Simplyhealth, the parent firm of mobility retail chain The Unlimited Company, has confirmed that it will not be re-launching any physical shops dedicated to mobility equipment for the foreseeable future after it closed the doors on its bricks and mortar retail proposition last week.
But the company said it is looking at other ways of operating in the market and as well as launching its own initiatives it is “looking at opportunities of working with partners”, although it was not divulged which businesses or professionals will be targeted and whether this will include mobility dealers or suppliers.
Simplyhealth closed 10 shops last week and put five up for sale a year after launching The Unlimited Company brand which was designed to take a new approach to mobility retail. The group’s chief commercial officer, Raman Sankaran, explained to AMP that the proposition had “not hit the sweet spot” and said the company would not reattempt a foray into retail under the same brand. Instead it will look to work with other parties.
“Looking into the future it certainly won’t be a dedicated bricks and mortar-type proposition. That’s the area we’ve explored and that’s where we believe we haven’t got the formula quite right.
“But we’ll take that learning into the future and explore other propositions, other solutions that meet this need. We’re looking at doing that on our own but we’re also looking at opportunities of working with partners. While on the table I haven’t got all the answers right now we’re going to be looking at that and ask what could the solutions look like in the future?
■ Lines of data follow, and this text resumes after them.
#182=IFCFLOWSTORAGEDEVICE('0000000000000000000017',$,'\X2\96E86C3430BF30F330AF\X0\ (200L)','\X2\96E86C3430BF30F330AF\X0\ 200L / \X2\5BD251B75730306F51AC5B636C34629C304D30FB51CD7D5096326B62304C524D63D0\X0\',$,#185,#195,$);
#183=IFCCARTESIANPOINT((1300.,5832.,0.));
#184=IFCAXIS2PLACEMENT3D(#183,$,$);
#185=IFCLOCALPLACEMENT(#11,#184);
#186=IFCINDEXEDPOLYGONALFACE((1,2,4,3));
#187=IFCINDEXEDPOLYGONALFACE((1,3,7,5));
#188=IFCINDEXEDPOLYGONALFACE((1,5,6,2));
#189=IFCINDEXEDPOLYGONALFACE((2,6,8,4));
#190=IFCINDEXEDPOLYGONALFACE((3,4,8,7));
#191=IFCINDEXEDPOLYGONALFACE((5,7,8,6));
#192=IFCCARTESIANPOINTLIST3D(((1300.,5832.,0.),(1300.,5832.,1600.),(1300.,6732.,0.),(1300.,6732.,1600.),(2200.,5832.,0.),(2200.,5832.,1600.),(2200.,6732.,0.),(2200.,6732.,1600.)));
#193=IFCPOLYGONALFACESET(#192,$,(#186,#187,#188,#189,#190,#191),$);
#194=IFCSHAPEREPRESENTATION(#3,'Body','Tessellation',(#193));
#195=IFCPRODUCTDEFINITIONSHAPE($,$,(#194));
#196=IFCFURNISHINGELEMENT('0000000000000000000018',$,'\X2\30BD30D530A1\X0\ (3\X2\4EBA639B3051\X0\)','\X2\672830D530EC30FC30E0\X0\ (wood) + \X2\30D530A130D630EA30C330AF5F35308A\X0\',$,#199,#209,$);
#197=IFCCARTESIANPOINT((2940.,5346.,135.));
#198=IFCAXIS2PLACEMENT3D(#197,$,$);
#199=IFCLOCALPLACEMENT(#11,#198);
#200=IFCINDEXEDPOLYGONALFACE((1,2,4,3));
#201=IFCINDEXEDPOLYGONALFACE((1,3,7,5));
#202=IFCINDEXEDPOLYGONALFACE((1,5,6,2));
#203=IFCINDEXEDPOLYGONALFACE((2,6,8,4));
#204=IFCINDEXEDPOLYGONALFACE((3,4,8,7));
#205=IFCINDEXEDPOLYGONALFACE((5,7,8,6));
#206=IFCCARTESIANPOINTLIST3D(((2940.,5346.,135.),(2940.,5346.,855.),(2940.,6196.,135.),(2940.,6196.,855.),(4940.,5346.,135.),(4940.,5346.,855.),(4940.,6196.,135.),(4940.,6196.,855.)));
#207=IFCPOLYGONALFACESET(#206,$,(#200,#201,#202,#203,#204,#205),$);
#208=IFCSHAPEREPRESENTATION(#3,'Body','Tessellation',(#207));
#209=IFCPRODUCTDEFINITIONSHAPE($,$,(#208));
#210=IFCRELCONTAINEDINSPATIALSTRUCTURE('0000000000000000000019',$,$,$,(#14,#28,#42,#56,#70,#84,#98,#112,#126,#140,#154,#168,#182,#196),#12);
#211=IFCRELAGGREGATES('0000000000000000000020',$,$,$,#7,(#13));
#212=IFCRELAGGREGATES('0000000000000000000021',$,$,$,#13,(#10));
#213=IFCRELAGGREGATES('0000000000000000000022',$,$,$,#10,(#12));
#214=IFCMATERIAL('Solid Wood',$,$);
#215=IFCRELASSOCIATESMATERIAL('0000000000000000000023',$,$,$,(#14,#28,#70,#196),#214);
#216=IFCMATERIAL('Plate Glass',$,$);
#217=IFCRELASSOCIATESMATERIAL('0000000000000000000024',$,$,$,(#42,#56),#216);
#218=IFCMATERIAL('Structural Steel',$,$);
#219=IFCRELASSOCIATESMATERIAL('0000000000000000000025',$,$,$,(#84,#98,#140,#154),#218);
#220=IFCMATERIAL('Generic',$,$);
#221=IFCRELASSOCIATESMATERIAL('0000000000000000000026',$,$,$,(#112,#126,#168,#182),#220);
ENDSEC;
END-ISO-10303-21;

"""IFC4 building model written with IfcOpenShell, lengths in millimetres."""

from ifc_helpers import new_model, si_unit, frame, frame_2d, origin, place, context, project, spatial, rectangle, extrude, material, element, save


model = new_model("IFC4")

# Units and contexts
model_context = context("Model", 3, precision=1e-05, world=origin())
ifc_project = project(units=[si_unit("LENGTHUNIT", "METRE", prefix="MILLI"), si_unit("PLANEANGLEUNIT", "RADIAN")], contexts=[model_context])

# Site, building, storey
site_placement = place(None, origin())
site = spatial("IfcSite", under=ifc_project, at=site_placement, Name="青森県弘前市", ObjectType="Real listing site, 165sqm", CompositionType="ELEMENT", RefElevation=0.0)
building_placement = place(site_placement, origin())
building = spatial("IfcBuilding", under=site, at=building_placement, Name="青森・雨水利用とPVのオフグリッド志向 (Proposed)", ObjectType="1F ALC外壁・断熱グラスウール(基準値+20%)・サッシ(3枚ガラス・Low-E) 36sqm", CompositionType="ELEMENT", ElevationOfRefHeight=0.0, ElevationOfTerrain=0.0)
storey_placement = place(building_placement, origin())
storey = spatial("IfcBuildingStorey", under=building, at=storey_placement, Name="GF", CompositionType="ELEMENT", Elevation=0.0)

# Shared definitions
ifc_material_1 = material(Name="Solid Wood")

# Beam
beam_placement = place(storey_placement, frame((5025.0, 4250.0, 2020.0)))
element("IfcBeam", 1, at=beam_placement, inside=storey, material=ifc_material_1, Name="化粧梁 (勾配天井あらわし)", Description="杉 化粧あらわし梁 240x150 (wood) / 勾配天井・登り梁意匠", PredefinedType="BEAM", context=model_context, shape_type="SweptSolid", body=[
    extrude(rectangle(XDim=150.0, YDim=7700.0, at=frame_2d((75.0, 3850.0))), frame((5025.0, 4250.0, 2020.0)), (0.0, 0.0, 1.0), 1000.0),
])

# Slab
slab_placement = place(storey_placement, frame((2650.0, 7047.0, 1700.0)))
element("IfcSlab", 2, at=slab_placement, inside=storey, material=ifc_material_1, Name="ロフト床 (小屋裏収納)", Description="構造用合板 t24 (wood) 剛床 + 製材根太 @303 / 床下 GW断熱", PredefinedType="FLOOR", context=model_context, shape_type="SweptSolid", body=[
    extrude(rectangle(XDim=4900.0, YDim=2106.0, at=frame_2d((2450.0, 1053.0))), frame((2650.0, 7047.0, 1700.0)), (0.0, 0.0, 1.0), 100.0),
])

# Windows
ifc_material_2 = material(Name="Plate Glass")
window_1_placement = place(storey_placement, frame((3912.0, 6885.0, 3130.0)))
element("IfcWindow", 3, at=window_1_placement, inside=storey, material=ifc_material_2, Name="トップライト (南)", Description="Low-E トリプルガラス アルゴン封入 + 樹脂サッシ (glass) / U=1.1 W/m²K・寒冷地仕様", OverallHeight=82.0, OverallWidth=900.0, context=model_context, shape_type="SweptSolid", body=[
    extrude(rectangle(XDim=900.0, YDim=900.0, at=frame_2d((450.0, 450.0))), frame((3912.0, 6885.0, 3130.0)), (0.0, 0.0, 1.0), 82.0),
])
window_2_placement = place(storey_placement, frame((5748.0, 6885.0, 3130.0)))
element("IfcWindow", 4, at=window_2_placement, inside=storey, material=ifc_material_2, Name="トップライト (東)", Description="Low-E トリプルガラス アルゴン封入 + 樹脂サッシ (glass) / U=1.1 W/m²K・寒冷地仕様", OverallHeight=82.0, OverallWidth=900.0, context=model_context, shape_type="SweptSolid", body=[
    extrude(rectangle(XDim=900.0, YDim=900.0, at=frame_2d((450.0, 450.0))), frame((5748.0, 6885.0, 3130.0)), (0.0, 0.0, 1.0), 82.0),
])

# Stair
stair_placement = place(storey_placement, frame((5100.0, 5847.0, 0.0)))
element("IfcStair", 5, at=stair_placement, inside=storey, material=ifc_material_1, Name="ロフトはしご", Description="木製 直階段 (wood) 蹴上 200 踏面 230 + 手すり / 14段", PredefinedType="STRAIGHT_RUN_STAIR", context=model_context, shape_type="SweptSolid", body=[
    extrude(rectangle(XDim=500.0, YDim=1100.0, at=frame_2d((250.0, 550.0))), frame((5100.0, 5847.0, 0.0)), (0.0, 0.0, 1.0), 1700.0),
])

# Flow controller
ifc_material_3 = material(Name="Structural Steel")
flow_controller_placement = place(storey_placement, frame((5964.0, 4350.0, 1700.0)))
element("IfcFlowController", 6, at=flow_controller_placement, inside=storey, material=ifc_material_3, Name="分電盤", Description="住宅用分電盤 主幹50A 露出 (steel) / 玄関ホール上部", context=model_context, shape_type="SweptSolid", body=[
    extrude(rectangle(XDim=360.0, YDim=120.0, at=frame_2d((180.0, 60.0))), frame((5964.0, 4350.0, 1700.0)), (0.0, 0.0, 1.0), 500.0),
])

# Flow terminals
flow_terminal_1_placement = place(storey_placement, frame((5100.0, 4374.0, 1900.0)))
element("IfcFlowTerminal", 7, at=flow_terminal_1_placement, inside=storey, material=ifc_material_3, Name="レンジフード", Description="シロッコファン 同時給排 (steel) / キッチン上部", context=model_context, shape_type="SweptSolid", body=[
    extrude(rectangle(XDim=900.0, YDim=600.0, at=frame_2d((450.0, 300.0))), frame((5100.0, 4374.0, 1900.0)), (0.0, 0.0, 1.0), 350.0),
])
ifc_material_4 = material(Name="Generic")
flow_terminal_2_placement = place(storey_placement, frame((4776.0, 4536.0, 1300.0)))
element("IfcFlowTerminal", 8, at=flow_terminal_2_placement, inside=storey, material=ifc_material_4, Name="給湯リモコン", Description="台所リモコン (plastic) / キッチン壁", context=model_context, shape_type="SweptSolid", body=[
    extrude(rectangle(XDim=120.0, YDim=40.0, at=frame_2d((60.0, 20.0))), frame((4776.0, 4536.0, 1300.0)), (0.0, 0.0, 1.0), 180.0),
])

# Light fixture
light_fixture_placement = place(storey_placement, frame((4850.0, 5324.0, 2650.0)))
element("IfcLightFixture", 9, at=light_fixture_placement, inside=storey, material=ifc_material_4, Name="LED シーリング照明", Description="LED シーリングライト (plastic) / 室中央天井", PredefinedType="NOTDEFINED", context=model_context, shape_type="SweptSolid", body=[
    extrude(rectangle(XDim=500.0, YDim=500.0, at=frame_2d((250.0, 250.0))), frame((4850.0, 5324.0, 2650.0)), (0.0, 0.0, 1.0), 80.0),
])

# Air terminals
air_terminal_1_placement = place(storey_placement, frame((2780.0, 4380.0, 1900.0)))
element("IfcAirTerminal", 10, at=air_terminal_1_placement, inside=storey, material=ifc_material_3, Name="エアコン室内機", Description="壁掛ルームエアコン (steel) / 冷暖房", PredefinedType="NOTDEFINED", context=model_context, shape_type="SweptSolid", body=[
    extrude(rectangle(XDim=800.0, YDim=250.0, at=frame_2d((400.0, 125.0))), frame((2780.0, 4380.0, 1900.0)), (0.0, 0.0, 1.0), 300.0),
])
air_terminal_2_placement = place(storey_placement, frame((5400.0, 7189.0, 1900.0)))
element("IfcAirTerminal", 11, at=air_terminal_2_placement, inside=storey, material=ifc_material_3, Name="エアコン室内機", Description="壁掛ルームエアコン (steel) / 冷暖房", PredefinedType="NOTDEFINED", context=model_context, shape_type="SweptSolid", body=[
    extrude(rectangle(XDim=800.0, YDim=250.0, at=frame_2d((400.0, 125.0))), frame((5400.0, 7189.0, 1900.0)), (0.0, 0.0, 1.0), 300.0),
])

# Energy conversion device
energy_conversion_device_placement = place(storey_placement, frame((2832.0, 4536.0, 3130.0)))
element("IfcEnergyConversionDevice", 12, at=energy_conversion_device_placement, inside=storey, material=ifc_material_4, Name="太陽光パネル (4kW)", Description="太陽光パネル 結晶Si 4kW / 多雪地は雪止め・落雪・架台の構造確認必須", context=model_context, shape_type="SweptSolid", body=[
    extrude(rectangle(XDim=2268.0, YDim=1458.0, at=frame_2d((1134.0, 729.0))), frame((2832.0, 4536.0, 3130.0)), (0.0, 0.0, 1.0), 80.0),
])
But I will say it wouldn’t be standalone dedicated mobility stores under The Unlimited Company brand.”
Mr Sankaran added that the concept behind The Unlimited Company brand was to create an experiential feel so people could see, touch and feel different ranges of mobility products. The shops were also designed to be hubs for mobility advice in the community – an area which Simplyhealth feels has been largely untouched.
He said: “That whole formula, conceptually, that’s exactly the gap we were trying to fill and to a degree we’ve helped a lot of customers with that proposition, but practically in terms of that delivery and execution it didn’t quite hit the sweet spot.”
Simplyhealth believes there is definitely a gap in the market for a model that helps customers which advice on healthcare and mobility but admits The Unlimited Company proposition did not make itself sustainable.
Mr Sankaran concluded: “We tried to give it the very best chance to succeed… but in the past few weeks we’ve taken stock again in what we’ve seen from the back of it. And that’s what’s led to the difficult decision we’ve had to make.
“There’s a definite customer need there, however even with our refined proposition, which was still heavily store-based, we weren’t seeing the current proposition sustainably being able to meet that need into the future.
“Our very immediate focus is around colleagues and customers of The Unlimited Company to make sure we’re supporting them through this transitional period too.”
Speaking in regards to leftover stock owned by The Unlimited Company, Mr Sankaran said it will ensure all planned orders are fulfilled and will then be “exploring a number of options in terms of reaming stock.”